◆ **DATA RECORDS**

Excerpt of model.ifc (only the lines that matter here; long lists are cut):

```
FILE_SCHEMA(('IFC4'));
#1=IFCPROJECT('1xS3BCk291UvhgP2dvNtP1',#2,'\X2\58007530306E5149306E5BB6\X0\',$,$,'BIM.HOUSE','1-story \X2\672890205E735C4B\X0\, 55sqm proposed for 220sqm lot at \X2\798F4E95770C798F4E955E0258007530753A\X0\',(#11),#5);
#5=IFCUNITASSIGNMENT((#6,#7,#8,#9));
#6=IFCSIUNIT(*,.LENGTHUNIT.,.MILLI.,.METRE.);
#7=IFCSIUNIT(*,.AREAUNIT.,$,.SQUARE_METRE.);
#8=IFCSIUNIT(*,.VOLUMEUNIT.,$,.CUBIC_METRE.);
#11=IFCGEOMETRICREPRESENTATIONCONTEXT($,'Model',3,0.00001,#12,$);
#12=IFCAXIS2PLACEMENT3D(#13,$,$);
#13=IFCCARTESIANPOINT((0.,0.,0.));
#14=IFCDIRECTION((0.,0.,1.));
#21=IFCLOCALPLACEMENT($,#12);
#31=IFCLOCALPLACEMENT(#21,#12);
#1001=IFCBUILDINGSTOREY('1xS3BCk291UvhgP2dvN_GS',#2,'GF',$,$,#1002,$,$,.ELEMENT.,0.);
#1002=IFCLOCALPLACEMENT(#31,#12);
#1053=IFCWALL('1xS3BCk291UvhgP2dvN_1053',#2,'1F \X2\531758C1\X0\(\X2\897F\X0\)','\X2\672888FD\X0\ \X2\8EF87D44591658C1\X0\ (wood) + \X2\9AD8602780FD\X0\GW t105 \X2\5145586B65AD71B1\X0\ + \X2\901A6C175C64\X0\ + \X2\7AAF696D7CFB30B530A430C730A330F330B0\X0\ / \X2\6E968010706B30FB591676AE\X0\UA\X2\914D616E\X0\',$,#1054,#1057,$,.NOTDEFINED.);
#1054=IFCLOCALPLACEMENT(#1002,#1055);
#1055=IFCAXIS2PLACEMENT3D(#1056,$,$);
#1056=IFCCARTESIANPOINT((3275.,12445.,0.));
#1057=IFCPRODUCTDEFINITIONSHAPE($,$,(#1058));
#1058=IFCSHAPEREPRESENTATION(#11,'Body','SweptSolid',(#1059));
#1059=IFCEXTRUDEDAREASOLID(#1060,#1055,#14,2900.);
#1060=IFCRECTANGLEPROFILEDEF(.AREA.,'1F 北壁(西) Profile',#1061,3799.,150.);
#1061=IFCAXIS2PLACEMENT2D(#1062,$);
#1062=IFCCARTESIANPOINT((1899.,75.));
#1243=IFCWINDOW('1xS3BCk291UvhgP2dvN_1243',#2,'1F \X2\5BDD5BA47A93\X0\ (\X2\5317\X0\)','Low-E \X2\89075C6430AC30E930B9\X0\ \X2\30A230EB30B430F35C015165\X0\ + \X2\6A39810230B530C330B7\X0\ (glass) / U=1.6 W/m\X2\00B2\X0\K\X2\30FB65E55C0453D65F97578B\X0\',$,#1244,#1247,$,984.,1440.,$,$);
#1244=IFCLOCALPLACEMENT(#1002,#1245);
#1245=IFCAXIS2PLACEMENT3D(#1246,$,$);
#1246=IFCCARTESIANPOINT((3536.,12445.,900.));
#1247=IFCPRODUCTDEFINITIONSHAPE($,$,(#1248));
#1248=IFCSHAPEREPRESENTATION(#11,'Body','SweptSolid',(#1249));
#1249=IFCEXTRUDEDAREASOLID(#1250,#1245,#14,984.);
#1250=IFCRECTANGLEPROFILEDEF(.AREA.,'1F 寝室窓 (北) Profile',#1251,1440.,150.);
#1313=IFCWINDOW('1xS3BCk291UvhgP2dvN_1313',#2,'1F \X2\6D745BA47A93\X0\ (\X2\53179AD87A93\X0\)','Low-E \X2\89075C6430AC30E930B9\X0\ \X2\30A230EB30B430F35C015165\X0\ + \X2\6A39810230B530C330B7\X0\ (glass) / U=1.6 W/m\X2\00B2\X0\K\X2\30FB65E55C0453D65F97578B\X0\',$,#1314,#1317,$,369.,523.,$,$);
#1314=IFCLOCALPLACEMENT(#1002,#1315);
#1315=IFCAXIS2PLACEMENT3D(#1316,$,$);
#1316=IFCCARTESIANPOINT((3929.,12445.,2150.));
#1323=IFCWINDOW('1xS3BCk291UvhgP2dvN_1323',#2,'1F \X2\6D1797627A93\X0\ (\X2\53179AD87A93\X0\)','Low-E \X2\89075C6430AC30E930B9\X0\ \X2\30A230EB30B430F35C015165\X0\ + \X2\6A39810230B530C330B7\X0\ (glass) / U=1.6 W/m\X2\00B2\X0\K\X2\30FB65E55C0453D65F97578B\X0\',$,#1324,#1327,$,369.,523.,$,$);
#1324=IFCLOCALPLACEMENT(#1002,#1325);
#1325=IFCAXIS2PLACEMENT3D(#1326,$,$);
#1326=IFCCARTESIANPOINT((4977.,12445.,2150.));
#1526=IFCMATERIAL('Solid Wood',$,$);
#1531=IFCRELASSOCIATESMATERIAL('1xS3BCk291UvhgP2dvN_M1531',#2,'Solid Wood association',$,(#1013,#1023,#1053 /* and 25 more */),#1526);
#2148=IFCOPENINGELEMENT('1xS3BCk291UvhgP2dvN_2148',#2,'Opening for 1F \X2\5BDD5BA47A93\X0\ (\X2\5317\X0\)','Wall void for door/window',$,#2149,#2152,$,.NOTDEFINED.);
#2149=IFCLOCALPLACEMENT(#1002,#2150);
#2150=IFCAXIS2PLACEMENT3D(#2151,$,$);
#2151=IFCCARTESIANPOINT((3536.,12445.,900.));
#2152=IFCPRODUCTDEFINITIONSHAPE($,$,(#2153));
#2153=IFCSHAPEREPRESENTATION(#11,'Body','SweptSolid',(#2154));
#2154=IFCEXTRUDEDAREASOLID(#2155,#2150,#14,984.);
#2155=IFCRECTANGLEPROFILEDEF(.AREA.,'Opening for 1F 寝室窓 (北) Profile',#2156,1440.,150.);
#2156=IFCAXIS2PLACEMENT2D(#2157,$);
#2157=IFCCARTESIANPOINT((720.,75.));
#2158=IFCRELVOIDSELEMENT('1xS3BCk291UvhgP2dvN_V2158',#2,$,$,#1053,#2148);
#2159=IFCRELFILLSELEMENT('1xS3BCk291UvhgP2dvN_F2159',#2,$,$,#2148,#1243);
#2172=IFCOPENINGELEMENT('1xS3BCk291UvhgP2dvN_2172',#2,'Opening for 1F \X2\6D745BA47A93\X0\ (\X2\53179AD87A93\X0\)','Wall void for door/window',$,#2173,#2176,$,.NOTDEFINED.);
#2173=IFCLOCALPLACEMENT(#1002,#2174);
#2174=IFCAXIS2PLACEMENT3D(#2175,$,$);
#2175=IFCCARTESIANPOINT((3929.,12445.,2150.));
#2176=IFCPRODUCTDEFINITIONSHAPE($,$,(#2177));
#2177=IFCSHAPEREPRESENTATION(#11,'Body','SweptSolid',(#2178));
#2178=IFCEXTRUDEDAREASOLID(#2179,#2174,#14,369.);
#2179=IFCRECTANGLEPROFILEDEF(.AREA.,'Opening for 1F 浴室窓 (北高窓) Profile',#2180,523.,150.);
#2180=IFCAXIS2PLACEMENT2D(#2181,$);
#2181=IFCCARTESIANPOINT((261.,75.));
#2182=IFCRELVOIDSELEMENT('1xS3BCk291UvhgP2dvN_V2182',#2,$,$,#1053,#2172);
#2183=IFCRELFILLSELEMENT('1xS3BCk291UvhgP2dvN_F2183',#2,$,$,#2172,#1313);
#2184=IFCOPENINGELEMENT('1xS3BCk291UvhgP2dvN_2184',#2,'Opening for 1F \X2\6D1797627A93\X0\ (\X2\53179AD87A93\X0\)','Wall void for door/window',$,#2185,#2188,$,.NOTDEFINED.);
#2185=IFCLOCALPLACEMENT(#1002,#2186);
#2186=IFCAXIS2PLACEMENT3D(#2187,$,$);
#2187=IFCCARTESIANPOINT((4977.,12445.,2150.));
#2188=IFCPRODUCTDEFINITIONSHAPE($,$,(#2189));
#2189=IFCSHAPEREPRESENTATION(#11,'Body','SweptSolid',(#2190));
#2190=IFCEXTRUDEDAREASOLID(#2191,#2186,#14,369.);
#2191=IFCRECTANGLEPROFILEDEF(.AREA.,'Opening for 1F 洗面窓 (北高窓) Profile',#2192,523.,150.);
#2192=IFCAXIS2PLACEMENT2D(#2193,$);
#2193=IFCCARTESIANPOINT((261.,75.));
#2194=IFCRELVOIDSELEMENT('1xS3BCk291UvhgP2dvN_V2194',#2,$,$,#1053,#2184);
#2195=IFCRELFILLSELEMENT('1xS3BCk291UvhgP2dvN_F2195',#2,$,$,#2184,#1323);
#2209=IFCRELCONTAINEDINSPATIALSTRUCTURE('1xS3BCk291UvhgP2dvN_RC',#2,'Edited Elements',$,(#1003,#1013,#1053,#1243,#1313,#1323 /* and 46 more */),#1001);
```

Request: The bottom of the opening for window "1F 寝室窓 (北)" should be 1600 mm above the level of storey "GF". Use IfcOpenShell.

```python
import numpy as np
import ifcopenshell
import ifcopenshell.api.geometry
import ifcopenshell.geom
import ifcopenshell.util.element
import ifcopenshell.util.placement
import ifcopenshell.util.shape
import ifcopenshell.util.unit

model = ifcopenshell.open("model.ifc")
unit_scale = ifcopenshell.util.unit.calculate_unit_scale(model)

window = model.by_id(1243)
opening = window.FillsVoids[0].RelatingOpeningElement
storey = ifcopenshell.util.element.get_container(window, ifc_class="IfcBuildingStorey")
level = ifcopenshell.util.placement.get_local_placement(storey.ObjectPlacement)[2, 3]

# The opening's origin need not be at the sill, so measure its lowest point.
shape = ifcopenshell.geom.create_shape(ifcopenshell.geom.settings(), opening)
bottom = ifcopenshell.util.shape.get_shape_bottom_elevation(shape, shape.geometry) / unit_scale
dz = level + 1.6 / unit_scale - bottom

shift = np.array([0.0, 0.0, dz])
# The window is not placed relative to its opening, so move both.
for product in (opening, window):
    matrix = ifcopenshell.util.placement.get_local_placement(product.ObjectPlacement)
    matrix[:3, 3] += shift
    ifcopenshell.api.geometry.edit_object_placement(model, product=product, matrix=matrix, is_si=False)

print(f"moved by {dz * unit_scale:+.3f} m")

model.write("model_edited.ifc")
```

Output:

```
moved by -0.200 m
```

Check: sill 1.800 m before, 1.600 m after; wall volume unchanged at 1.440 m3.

◆ **ASSIGNMENT**
Considering each line of the records on its own, count those that contain "door" and give only that number.

◆ **SOLVED EXERCISE**
3